For resources satisfying rule 2 above instead, if we trace back via the extra foreign key fields, we end up getting a tree of resources that all together identify objects of that resource. In order to generate identifier format, each resource in the traceback tree generates its own part of standalone format in the way described in the last paragraph, using all fields but the foreign keys. Finally all parts are combined by `++` in the following order:
* Put stand-alone format as the first identifier component.
* Recursively generate unique identifiers for each resource the underlying resource is pointing to using foreign key (a child of a traceback tree node).
* Treat generated unique identifiers as the rest identifier components. Sort them in lexicographic order of corresponding foreign key.
* Combine all components together using `++` to generate the final identifier format.

Back to the example above, when generating identifier format for resource `Foo`, we firstly generate stand-alone formats, `<name>+<choice>` for `Foo` and `<fk.name>+<fk.choice>` for `Bar`, then combine them together to be `<name>+<choice>++<fk.name>+<fk.choice>`.

When generating identifiers according to the given identifier format, there are cases where a foreign key may points to nowhere. In this case we substitute the part of the format corresponding to the resource the foreign key should point to with an empty string `''`. For example, if a `Foo` object has `name` to be 'alice', `choice` to be 'yes', but `fk` field `None`, its identifier will look like `alice+yes++`.


## Implementation Overview
Module `awx.main.utils.named_url_graph` stands at the core of named URL implementation. It exposes a single public function `generate_graph`. `generate_graph` accepts a list of Tower models in tower that might have named URL (meaning having corresponding endpoint under `/api/v2/`), filter out those that turns out not able to have named URL, and connect the rest together into a named URL graph. The graph is available as a settings option `NAMED_URL_GRAPH` and each node of it contains all info needed to generate named URL identifier formats and parse incoming named URL identifiers.

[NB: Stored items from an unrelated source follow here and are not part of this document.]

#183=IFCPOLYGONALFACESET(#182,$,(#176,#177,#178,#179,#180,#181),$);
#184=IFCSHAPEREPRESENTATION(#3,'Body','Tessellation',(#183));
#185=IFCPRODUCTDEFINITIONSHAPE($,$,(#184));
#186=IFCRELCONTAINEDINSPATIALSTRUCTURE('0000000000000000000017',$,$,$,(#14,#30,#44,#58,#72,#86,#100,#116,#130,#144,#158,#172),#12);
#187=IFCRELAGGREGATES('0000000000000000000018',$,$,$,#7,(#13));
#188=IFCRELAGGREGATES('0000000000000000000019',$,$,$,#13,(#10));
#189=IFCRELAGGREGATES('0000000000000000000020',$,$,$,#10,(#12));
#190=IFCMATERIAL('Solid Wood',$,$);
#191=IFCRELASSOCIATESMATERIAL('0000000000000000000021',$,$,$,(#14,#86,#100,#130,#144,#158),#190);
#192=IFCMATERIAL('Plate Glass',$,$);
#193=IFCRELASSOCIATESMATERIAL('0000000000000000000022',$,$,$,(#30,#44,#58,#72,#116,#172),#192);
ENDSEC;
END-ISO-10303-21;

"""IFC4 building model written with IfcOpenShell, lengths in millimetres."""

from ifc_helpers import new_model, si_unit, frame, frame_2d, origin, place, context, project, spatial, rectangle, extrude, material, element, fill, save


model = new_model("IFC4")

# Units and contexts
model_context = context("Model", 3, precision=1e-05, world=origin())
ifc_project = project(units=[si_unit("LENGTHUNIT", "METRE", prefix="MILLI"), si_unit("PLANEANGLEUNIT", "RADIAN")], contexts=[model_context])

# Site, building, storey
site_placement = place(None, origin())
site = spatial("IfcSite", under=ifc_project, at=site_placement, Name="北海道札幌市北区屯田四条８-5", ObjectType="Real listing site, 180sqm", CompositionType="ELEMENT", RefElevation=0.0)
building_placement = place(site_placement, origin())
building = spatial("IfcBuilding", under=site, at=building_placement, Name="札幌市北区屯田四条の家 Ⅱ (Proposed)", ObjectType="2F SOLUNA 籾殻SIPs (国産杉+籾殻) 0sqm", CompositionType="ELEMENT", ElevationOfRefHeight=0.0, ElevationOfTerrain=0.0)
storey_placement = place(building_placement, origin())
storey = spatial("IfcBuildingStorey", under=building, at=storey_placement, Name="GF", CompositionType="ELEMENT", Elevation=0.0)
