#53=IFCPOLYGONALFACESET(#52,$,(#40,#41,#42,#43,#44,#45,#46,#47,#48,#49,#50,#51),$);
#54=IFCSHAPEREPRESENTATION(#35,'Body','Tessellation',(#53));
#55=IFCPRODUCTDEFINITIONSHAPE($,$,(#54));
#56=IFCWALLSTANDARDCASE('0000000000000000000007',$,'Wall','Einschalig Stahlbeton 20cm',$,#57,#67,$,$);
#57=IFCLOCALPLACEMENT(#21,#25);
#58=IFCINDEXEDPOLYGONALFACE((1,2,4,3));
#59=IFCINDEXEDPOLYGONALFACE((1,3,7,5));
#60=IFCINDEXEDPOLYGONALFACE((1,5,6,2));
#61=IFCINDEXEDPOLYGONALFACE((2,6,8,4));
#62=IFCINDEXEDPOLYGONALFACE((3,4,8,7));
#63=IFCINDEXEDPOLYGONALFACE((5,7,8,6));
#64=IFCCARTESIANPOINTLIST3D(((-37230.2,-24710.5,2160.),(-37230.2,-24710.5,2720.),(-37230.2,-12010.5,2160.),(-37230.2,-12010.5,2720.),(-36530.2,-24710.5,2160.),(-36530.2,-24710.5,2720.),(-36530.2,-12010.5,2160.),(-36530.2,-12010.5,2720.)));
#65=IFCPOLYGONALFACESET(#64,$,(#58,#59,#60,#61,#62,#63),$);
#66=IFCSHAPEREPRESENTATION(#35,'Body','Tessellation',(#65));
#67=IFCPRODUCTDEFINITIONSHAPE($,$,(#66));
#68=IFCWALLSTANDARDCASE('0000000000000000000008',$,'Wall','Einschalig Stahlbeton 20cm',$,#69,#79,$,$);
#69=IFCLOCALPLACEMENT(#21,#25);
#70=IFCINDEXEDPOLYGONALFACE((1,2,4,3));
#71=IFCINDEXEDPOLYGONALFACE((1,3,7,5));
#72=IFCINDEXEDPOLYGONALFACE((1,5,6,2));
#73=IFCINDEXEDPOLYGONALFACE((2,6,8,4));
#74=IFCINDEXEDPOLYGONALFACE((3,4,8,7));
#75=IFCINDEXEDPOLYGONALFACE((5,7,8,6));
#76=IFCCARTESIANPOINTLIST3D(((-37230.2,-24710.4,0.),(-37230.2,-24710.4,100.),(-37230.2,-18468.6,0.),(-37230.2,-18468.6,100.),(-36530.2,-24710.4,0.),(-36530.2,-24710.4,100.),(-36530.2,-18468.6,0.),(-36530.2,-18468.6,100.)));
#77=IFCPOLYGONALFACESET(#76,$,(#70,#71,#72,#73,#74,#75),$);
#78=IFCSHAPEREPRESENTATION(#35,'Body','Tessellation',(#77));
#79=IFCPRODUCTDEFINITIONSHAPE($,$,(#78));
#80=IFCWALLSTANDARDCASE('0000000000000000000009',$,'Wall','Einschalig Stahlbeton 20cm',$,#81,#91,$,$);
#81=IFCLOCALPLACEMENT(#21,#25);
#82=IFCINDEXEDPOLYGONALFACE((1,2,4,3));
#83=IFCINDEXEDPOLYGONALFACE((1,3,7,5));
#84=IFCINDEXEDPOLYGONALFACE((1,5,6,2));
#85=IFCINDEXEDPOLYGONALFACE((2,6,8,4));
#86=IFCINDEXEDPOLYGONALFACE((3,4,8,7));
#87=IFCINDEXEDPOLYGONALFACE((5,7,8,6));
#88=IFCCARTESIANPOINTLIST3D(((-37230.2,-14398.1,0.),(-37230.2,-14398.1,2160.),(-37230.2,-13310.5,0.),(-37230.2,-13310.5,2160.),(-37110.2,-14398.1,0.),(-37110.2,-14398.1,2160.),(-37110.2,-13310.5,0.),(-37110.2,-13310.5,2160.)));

`generate_graph` will run only once for each Tower WSGI process. This is guaranteed by putting the function call inside `__init__` of `URLModificationMiddleware`. When an incoming request enters `URLModificationMiddleware`, the part of its URL path that could contain a valid named URL identifier is extracted and processed to find (possible) corresponding resource object. The internal process is basically crawling against part of the named URL graph. If the object is found, the identifier part of the URL path is converted to the object's primary key. From now forward Tower can treat the request with the old-styled URL.

## Acceptance Criteria
In general, acceptance should follow what's in 'Usage' section. The contents in 'Identifier Format Protocol' section should not be relevant.
* The classical way of getting objects via primary keys should behave the same.
* Tower configuration part of named URL should work as described. Particularly, `NAMED_URL_FORMATS` should be immutable on user side and display accurate named URL identifier format info.
* `NAMED_URL_FORMATS` should be exclusive, meaning resources specified in `NAMED_URL_FORMATS` should have named URL, and resources not specified there should *not* have named URL.
* If a resource can have named URL, its objects should have a `named_url` field which represents the object-specific named URL. That field should only be visible under detail view, not list view.
* A user following the rules specified in `NAMED_URL_FORMATS` should be able to generate named URL exactly the same as the `named_url` field.
* A user should be able to access specified resource objects via accurately generated named URL. This includes not only the object itself but also its related URLs, like if `/api/v2/res_name/obj_slug/` is valid, `/api/v2/res_name/obj_slug/related_res_name/` should also be valid.
* A user should not be able to access specified resource objects if the given named URL is inaccurate. For example, reserved characters not correctly escaped, or components whose corresponding foreign key field pointing nowhere is not replaced by empty string.
* A user should be able to dynamically generate named URLs by utilizing `NAMED_URL_GRAPH_NODES`.